(Data excerpts)

§ §

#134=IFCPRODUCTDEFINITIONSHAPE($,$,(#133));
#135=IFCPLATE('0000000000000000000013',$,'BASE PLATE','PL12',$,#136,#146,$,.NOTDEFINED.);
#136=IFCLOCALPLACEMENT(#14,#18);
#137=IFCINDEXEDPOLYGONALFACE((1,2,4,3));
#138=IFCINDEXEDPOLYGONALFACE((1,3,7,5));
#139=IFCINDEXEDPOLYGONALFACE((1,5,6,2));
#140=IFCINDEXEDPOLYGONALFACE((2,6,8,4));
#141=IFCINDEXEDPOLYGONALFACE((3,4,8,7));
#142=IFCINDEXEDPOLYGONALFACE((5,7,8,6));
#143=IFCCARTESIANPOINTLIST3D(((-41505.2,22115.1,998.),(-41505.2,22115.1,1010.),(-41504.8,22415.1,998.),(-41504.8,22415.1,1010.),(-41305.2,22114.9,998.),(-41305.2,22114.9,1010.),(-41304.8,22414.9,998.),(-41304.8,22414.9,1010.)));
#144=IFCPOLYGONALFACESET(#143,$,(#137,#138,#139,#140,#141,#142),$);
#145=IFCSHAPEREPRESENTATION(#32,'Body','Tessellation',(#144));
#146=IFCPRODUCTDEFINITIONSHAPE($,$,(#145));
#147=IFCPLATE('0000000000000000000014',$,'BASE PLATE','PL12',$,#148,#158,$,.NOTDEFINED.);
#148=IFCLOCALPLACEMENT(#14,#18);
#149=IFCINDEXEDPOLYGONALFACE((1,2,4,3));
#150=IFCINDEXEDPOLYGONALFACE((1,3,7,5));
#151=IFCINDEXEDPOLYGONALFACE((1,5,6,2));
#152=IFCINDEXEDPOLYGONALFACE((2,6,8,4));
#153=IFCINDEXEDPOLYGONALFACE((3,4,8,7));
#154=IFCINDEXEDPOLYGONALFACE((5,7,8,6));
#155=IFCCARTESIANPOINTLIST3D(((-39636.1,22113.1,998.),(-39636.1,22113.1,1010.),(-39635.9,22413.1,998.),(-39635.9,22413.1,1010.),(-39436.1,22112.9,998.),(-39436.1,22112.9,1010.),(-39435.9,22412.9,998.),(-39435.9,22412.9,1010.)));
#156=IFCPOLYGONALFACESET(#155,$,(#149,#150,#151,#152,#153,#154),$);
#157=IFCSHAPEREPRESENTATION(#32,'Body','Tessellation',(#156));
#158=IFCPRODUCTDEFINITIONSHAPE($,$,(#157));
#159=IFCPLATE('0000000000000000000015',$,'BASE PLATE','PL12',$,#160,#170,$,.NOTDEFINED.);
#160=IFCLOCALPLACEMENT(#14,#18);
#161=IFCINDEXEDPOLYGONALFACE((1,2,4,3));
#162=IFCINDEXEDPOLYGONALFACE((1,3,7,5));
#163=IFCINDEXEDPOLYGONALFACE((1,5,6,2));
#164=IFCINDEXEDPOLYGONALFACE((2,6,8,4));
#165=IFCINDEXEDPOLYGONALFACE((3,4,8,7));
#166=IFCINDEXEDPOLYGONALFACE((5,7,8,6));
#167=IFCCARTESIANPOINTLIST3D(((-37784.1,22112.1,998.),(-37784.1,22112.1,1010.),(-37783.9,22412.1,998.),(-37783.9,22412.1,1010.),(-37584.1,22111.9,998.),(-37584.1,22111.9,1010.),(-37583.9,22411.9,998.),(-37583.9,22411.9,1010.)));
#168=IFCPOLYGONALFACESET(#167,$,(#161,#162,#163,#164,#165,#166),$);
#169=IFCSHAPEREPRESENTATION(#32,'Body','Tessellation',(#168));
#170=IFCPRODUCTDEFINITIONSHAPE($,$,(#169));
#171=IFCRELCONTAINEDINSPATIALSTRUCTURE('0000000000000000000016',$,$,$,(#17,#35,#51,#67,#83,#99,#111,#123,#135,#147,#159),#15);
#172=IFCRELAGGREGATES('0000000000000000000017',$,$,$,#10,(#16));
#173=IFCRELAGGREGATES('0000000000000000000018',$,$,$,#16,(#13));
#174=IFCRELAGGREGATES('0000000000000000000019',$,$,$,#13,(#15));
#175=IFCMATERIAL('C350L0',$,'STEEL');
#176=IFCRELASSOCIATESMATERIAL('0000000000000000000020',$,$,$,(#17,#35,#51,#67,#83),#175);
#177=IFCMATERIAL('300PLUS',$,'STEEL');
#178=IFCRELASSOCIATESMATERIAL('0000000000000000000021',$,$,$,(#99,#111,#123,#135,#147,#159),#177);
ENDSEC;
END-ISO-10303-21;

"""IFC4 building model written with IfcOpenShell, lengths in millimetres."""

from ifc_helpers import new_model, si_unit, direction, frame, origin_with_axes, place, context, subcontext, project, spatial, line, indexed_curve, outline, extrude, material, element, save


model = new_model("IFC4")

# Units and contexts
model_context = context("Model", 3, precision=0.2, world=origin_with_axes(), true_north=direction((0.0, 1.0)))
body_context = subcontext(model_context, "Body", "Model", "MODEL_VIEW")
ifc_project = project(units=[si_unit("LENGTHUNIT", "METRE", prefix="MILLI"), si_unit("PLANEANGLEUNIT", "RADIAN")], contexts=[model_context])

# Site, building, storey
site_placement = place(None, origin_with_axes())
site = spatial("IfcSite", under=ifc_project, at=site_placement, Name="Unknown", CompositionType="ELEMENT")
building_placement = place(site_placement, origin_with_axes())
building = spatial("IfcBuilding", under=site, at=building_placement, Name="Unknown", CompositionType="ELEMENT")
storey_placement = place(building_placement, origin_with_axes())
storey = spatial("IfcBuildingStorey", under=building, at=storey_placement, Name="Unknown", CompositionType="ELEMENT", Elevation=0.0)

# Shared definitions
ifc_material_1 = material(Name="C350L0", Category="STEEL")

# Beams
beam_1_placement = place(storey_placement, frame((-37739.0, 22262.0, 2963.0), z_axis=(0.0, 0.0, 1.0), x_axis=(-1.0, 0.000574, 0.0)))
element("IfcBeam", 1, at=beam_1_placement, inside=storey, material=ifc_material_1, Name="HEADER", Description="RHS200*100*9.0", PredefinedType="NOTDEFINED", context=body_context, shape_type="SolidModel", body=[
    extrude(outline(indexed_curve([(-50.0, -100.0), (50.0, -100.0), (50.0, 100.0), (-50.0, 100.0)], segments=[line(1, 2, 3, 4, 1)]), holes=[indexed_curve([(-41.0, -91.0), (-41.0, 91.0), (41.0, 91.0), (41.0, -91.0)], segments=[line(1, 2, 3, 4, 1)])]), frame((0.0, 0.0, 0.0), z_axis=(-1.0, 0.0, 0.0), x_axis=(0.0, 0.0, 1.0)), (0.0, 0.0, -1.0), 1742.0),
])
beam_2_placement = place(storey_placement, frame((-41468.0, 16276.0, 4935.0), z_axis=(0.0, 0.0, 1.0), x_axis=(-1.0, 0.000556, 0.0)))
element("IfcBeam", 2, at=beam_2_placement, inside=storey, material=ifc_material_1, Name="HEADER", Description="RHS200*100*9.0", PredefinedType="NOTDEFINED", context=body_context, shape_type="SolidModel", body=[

§ §

◆ WORK TASK ◆
Out of the data above, give again only the lines starting at the one holding "# Units and contexts" and ending at the one holding "site_placement = place(None, origin_with_axes())", unchanged.

◆ EXERCISE RESPONSE ◆
# Units and contexts
model_context = context("Model", 3, precision=0.2, world=origin_with_axes(), true_north=direction((0.0, 1.0)))
body_context = subcontext(model_context, "Body", "Model", "MODEL_VIEW")
ifc_project = project(units=[si_unit("LENGTHUNIT", "METRE", prefix="MILLI"), si_unit("PLANEANGLEUNIT", "RADIAN")], contexts=[model_context])

# Site, building, storey
site_placement = place(None, origin_with_axes())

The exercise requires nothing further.